Strategy I'm playing with, we'll see how good of results I get, is to prompt Opus to analyze and plan but not implement.

E.g. prompt to read a paper, read some source, then write out a terse document meant to be read by machine not human.

Then switch to Sonnet, have it read that document, and do the actual implementation work.

chisleu · 2025-08-06T06:27:03 1754461623

I use opus or gemini 2.5 pro for plan mode and sonnet for act mode in Cline. https://cline.bot

It's my experience that Opus is better at solving architectural challenges where sonnet struggles.

gpm · 2025-08-05T17:18:59 1754414339

I notice that on the "Agentic Coding" benchmark cited in the article Sonnet 4 outperformed Opus 4 (by 0.2%), and under performs Opus 4.1 (by -1.8%).

So this release might change that consensus? If you believe the benchmarks are reflective of reality anyways.

jimbo808 · 2025-08-05T17:22:42 1754414562

> If you believe the benchmarks are reflective of reality anyways.

That's a big "if." But yeah, I can't tell a difference subjectively between Opus and Sonnet, other than maybe a sort of placebo effect. I'm more careful to write quality prompts when using Opus, because I don't want to waste the 5x more expensive tokens.

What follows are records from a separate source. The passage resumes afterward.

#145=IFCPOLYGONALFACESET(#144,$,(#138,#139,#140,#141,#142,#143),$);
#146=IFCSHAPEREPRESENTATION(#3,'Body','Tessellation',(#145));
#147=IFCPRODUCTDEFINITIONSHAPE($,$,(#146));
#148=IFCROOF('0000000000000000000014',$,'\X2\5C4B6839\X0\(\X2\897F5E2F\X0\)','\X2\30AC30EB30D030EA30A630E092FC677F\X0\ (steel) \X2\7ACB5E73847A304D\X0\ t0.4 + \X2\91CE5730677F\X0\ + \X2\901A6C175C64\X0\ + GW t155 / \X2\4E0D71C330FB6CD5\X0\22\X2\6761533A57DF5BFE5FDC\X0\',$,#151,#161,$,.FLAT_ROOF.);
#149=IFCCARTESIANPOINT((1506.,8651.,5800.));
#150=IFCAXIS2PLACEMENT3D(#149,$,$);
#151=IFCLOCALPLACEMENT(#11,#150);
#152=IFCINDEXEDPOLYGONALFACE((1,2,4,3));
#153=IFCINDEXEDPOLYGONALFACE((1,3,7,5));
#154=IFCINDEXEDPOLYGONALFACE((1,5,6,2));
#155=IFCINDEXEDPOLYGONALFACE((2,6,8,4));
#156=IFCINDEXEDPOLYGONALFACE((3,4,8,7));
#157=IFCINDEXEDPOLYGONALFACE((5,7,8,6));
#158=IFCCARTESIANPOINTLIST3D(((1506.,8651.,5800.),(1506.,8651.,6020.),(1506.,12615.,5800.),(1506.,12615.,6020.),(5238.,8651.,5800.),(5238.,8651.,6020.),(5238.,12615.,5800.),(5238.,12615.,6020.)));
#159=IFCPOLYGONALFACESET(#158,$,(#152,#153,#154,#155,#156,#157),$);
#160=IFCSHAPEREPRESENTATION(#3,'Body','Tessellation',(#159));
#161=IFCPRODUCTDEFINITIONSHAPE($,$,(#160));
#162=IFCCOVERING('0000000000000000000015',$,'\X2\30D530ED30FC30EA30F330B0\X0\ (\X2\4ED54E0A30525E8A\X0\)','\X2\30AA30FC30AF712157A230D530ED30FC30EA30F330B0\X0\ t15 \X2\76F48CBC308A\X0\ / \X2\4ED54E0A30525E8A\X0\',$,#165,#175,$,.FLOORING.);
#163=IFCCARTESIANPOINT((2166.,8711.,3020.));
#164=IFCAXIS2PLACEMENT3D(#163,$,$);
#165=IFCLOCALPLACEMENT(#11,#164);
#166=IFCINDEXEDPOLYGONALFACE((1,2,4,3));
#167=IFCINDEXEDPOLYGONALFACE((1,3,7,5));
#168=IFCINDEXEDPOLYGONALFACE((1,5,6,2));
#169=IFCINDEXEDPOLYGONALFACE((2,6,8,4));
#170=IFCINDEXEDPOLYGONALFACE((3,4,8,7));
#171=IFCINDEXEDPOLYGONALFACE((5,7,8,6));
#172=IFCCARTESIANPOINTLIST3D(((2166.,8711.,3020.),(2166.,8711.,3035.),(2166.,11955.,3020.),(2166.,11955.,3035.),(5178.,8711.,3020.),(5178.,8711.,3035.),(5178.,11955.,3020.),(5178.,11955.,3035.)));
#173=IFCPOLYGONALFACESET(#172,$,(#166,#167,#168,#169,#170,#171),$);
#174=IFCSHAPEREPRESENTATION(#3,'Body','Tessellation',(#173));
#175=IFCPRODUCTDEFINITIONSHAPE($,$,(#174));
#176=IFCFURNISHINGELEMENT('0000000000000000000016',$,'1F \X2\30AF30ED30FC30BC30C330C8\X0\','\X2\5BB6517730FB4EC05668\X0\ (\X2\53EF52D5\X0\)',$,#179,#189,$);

Aeolun · 2025-08-05T23:53:23 1754438003

My opinion of Opus is that it takes the correct action 19/20 times, where Sonnet takes the correct action 18/20 times. It’s not strictly necessary to use Opus, but if you have the subscription already it’s just a pure win.

sky2224 · 2025-08-05T22:55:00 1754434500

I've found with limited context provided in your prompt, opus is just awful compared to even gpt-4.1, but once I give it even just a little bit more of an explanation, it jumps leagues ahead.

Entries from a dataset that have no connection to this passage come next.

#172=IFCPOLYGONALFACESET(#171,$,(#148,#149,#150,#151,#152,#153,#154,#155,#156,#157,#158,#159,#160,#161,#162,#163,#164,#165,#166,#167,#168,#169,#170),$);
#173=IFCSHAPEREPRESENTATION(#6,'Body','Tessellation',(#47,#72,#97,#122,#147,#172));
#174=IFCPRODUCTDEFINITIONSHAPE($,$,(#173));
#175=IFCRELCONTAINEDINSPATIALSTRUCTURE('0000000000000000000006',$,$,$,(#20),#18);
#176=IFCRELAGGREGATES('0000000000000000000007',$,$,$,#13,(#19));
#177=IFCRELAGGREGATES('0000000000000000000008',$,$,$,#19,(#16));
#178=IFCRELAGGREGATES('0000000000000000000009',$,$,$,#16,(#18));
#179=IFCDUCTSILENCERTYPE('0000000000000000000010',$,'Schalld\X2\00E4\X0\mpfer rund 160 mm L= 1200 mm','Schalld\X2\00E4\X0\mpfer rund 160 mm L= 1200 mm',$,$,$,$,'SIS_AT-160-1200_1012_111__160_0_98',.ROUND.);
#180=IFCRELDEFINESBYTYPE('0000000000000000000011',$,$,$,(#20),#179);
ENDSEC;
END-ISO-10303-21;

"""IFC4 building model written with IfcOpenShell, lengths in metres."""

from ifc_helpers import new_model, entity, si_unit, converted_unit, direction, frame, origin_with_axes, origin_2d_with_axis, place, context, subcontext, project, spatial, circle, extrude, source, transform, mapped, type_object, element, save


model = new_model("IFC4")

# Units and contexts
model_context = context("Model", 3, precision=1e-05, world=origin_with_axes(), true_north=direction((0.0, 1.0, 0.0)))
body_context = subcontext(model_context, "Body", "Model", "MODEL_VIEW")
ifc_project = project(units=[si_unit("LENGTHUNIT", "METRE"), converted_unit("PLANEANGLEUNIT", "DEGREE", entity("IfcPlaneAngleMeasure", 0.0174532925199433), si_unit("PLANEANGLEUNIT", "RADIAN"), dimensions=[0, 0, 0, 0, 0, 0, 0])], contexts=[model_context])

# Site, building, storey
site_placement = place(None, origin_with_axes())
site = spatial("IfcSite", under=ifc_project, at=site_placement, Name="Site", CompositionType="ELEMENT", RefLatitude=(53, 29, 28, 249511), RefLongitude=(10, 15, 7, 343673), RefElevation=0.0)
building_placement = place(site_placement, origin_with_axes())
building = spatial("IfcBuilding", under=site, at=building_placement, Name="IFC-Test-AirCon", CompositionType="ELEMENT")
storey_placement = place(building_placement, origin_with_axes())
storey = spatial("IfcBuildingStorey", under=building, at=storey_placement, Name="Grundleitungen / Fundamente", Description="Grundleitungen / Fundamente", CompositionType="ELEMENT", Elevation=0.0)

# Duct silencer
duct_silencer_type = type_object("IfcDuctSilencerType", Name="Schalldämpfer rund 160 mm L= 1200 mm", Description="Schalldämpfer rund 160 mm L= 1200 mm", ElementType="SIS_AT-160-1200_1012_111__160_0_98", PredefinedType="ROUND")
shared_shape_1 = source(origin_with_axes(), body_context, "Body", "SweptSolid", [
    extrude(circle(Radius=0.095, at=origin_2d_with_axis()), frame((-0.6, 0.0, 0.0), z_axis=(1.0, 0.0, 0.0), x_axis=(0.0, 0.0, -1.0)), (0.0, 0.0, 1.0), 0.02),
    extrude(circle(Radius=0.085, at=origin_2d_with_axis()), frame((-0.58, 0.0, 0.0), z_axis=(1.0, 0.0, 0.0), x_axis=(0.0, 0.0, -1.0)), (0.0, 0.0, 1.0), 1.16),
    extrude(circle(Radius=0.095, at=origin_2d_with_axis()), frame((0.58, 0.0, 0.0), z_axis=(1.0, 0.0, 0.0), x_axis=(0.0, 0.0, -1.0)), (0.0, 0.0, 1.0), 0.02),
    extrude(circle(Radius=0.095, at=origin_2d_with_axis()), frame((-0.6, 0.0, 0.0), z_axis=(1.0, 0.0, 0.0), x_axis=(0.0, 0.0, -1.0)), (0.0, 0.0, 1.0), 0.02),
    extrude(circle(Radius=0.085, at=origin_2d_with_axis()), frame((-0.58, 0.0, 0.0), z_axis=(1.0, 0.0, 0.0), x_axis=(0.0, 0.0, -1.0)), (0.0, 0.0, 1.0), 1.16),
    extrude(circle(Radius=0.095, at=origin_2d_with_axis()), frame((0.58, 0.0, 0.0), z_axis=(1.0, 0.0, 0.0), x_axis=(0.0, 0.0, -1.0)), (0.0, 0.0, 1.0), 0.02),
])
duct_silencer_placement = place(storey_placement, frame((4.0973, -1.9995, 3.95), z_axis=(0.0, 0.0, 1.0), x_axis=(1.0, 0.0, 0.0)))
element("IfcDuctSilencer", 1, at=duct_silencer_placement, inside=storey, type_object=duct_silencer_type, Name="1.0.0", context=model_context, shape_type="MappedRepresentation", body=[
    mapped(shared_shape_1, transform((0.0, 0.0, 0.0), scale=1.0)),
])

brenoRibeiro706 · 2025-08-05T17:10:29 1754413829

I feel the same way. I usually use Opus to help with coding and documentation, and I use Sonnet for emails and so on.

tkz1312 · 2025-08-06T09:02:11 1754470931

100% opus all the time. Sonnet seems to get confused much faster and need more hand holding in my experience.

rtfeldman · 2025-08-05T16:52:47 1754412767

Yes, Opus is very noticeably better at programming in both Rust and Zig in my experience. I wish it were cheaper!

j45 · 2025-08-06T14:15:26 1754489726

Opus is superior to understand the big picture and the direction.

Sonnet is great at banging it out.

seunosewa · 2025-08-05T17:05:50 1754413550

It's ridiculously overpriced in the API. Just like o3 used to be.

taormina · 2025-08-05T17:42:15 1754415735

Just more ancedata, but I entirely agree. I can't say that I am happy with Sonnet's output at any point, really, but it still occasionally works, whereas Opus has been a dumpster fire every single time.

ssss11 · 2025-08-05T21:28:20 1754429300

That’s very strange. Sonnet is hot garbage and Opus is a miracle, for me. I also don’t see anyone praising sonnet anywhere.